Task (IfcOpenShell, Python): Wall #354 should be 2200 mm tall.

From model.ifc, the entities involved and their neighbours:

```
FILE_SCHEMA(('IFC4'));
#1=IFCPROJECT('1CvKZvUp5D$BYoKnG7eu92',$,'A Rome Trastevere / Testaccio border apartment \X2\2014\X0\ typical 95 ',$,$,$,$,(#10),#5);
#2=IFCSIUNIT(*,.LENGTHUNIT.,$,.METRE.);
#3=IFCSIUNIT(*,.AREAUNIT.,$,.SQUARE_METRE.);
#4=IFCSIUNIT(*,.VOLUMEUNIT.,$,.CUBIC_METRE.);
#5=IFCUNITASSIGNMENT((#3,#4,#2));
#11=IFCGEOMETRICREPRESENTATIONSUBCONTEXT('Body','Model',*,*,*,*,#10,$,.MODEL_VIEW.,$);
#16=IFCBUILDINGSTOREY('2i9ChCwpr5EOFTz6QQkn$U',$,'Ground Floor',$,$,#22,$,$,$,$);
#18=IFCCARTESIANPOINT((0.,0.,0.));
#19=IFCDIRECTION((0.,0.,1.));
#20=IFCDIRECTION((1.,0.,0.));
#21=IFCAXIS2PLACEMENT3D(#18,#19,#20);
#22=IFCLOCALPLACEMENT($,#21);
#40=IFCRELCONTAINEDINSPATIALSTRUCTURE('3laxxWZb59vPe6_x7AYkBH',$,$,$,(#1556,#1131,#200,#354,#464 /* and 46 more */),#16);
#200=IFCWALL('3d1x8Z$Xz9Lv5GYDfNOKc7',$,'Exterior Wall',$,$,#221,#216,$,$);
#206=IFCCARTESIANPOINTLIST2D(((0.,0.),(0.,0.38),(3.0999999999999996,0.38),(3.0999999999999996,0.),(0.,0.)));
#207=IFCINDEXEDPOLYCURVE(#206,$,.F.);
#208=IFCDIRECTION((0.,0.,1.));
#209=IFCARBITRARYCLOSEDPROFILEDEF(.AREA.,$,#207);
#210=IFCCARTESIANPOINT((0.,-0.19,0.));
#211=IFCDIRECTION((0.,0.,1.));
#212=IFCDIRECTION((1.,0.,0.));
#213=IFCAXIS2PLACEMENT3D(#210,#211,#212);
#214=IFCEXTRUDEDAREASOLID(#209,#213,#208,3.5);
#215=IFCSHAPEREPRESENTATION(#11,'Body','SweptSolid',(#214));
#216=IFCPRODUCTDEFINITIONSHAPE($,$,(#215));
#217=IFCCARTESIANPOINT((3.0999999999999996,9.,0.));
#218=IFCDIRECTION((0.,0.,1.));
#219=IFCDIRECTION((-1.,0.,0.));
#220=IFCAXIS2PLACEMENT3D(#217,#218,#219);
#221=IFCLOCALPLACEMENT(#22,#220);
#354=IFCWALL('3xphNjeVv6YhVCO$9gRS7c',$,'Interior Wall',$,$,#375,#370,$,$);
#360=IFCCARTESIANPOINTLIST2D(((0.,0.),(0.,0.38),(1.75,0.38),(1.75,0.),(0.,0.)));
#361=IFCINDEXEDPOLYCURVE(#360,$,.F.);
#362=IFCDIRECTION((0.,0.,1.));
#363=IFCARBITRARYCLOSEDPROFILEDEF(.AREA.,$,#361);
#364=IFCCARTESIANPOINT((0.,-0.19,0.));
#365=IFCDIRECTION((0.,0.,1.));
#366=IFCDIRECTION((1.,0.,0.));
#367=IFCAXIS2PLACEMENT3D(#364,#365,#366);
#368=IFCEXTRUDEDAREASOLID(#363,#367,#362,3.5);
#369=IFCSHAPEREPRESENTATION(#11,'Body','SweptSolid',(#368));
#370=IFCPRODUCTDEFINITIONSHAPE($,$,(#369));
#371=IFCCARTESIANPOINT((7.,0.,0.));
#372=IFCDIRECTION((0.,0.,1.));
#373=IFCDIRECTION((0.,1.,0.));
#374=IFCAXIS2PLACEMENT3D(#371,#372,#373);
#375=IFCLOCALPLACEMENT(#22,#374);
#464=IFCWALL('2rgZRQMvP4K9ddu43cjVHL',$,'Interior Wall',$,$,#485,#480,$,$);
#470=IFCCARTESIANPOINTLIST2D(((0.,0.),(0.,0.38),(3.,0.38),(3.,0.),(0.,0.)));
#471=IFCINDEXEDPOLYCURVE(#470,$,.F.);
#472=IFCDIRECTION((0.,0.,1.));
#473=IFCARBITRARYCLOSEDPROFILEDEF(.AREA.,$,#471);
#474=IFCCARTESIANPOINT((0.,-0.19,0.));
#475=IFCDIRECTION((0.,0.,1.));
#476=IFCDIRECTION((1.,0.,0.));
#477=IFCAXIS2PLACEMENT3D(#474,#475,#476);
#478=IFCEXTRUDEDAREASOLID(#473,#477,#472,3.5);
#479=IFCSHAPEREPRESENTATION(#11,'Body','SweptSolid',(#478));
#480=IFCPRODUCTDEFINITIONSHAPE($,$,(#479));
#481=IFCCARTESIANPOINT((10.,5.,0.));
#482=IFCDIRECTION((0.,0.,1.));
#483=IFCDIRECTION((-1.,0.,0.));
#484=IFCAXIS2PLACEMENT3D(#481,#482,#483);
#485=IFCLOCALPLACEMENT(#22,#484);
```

```python
import ifcopenshell
import ifcopenshell.geom
import ifcopenshell.util.representation
import ifcopenshell.util.shape

model = ifcopenshell.open("model.ifc")
settings = ifcopenshell.geom.settings()


def volume(element):
    """Net volume in cubic metres, openings subtracted."""
    shape = ifcopenshell.geom.create_shape(settings, element)
    return ifcopenshell.util.shape.get_volume(shape.geometry)


wall = model.by_guid("3xphNjeVv6YhVCO$9gRS7c")
before = volume(wall)

body = ifcopenshell.util.representation.get_representation(wall, "Model", "Body")
solid = body.Items[0]
old_height = solid.Depth
solid.Depth = 2.2
after = volume(wall)

print(f"height {old_height:g} -> {solid.Depth:g}, volume {before:.3f} -> {after:.3f} m3")

model.write("model_updated.ifc")
```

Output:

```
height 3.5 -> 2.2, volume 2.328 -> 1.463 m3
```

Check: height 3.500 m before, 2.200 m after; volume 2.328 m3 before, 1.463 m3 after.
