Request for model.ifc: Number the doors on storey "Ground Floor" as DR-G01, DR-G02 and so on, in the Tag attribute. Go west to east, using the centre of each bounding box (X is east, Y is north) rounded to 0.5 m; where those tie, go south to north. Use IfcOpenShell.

First a look at what the model holds.

```python
import ifcopenshell
import ifcopenshell.util.element
import ifcopenshell.util.placement

model = ifcopenshell.open("model.ifc")
print(model.schema)
storey = next(s for s in model.by_type("IfcBuildingStorey") if s.Name == "Ground Floor")
doors = [e for e in ifcopenshell.util.element.get_decomposition(storey) if e.is_a("IfcDoor")]
for e in sorted(doors, key=lambda e: e.id()):
    origin = ifcopenshell.util.placement.get_local_placement(e.ObjectPlacement)[:3, 3]
    print(e.id(), e.Tag, e.Name, origin.round(2) + 0.0, sep=" | ")
```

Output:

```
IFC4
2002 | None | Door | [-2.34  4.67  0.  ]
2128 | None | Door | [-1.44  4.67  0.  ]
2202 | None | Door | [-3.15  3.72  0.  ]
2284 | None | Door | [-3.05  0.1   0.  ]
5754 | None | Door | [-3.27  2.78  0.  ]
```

```python
import ifcopenshell
import ifcopenshell.geom
import ifcopenshell.util.element
import ifcopenshell.util.shape

model = ifcopenshell.open("model.ifc")
settings = ifcopenshell.geom.settings()
settings.set("use-world-coords", True)


def centre(element):
    shape = ifcopenshell.geom.create_shape(settings, element)
    return ifcopenshell.util.shape.get_bbox_centroid(shape.geometry)


storey = next(s for s in model.by_type("IfcBuildingStorey") if s.Name == "Ground Floor")
doors = [e for e in ifcopenshell.util.element.get_decomposition(storey) if e.is_a("IfcDoor")]

# Insertion points can sit at a corner or the storey origin, so sort by the geometry (in metres).
centres = {e: centre(e) for e in doors}
doors.sort(key=lambda e: (round(centres[e][0] / 0.5), centres[e][1]))

for i, e in enumerate(doors, start=1):
    number = f"DR-G{i:02d}"
    e.Tag = number
    print(e.id(), number)

model.write("model-out.ifc")
```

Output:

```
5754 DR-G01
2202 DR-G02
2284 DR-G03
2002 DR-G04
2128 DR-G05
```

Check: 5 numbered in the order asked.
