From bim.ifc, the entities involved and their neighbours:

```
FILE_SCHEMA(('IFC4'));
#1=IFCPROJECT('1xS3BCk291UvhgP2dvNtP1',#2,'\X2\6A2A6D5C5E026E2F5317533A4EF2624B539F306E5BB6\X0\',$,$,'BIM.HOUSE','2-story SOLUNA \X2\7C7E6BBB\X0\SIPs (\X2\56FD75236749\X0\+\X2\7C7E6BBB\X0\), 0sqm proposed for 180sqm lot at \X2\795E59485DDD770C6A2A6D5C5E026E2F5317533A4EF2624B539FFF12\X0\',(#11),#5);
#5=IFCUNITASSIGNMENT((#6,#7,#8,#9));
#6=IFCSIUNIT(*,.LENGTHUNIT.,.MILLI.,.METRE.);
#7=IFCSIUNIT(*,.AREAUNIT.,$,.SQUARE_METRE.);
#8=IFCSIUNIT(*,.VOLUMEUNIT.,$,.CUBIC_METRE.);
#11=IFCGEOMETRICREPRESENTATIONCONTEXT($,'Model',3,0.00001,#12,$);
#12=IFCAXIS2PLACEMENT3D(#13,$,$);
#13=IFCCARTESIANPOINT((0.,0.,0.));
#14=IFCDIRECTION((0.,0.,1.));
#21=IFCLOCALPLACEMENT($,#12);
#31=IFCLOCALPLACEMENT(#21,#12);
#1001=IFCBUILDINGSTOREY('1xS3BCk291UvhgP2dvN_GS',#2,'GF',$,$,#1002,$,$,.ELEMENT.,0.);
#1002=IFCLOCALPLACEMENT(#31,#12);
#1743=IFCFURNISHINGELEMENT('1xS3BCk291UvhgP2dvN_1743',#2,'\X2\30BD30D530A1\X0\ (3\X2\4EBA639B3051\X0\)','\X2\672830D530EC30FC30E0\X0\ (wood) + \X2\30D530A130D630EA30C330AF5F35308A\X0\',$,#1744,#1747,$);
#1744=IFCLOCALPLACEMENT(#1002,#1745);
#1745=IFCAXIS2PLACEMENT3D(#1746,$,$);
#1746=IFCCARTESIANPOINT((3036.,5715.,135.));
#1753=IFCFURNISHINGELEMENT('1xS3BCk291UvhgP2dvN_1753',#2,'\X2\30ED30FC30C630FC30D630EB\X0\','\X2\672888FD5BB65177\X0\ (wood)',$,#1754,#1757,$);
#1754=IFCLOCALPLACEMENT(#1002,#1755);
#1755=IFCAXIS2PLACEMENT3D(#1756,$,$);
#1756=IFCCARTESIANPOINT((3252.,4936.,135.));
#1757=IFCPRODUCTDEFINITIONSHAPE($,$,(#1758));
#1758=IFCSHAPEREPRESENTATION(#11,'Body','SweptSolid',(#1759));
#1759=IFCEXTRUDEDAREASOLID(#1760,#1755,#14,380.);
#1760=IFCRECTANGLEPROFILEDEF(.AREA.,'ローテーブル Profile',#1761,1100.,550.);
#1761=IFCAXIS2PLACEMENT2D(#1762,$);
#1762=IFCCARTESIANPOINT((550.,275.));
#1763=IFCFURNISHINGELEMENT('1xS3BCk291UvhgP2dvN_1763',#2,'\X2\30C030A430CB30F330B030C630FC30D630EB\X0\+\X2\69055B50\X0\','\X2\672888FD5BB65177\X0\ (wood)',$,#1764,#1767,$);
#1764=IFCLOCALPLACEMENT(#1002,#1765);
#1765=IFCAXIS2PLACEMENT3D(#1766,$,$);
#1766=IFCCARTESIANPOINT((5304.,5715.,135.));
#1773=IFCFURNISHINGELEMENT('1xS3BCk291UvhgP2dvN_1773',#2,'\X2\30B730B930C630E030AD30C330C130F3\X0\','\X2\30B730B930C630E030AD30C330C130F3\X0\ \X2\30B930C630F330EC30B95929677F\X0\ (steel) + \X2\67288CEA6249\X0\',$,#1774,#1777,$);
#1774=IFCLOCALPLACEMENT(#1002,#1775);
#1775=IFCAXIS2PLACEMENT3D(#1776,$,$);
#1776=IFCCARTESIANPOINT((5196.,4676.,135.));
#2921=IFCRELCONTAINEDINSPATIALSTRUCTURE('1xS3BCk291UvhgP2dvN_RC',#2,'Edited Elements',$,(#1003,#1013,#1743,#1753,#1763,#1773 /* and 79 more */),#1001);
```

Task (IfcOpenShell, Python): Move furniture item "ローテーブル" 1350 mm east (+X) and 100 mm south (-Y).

```python
import ifcopenshell
import ifcopenshell.api.geometry
import ifcopenshell.util.placement
import ifcopenshell.util.unit

model = ifcopenshell.open("bim.ifc")
unit_scale = ifcopenshell.util.unit.calculate_unit_scale(model)

item = model.by_id(1753)
matrix = ifcopenshell.util.placement.get_local_placement(item.ObjectPlacement)
matrix[0, 3] += 1.35 / unit_scale
matrix[1, 3] -= 0.1 / unit_scale
ifcopenshell.api.geometry.edit_object_placement(model, product=item, matrix=matrix, is_si=False)

print(ifcopenshell.util.placement.get_local_placement(item.ObjectPlacement).round(3) + 0.0)

model.write("bim_updated.ifc")
```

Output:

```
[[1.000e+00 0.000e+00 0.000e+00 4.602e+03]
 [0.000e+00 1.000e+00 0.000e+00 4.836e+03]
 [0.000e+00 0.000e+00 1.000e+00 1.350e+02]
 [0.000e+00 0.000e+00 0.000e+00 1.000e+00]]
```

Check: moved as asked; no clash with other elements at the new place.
★ ★ ★ ★
__Your objective__.
Within the data above, filter for lines containing the word "IFCEXTRUDEDAREASOLID" and copy each one.

__Exercise result__.
#214=IFCEXTRUDEDAREASOLID(#209,#213,#208,3.5);
#368=IFCEXTRUDEDAREASOLID(#363,#367,#362,3.5);
#478=IFCEXTRUDEDAREASOLID(#473,#477,#472,3.5);
#1759=IFCEXTRUDEDAREASOLID(#1760,#1755,#14,380.);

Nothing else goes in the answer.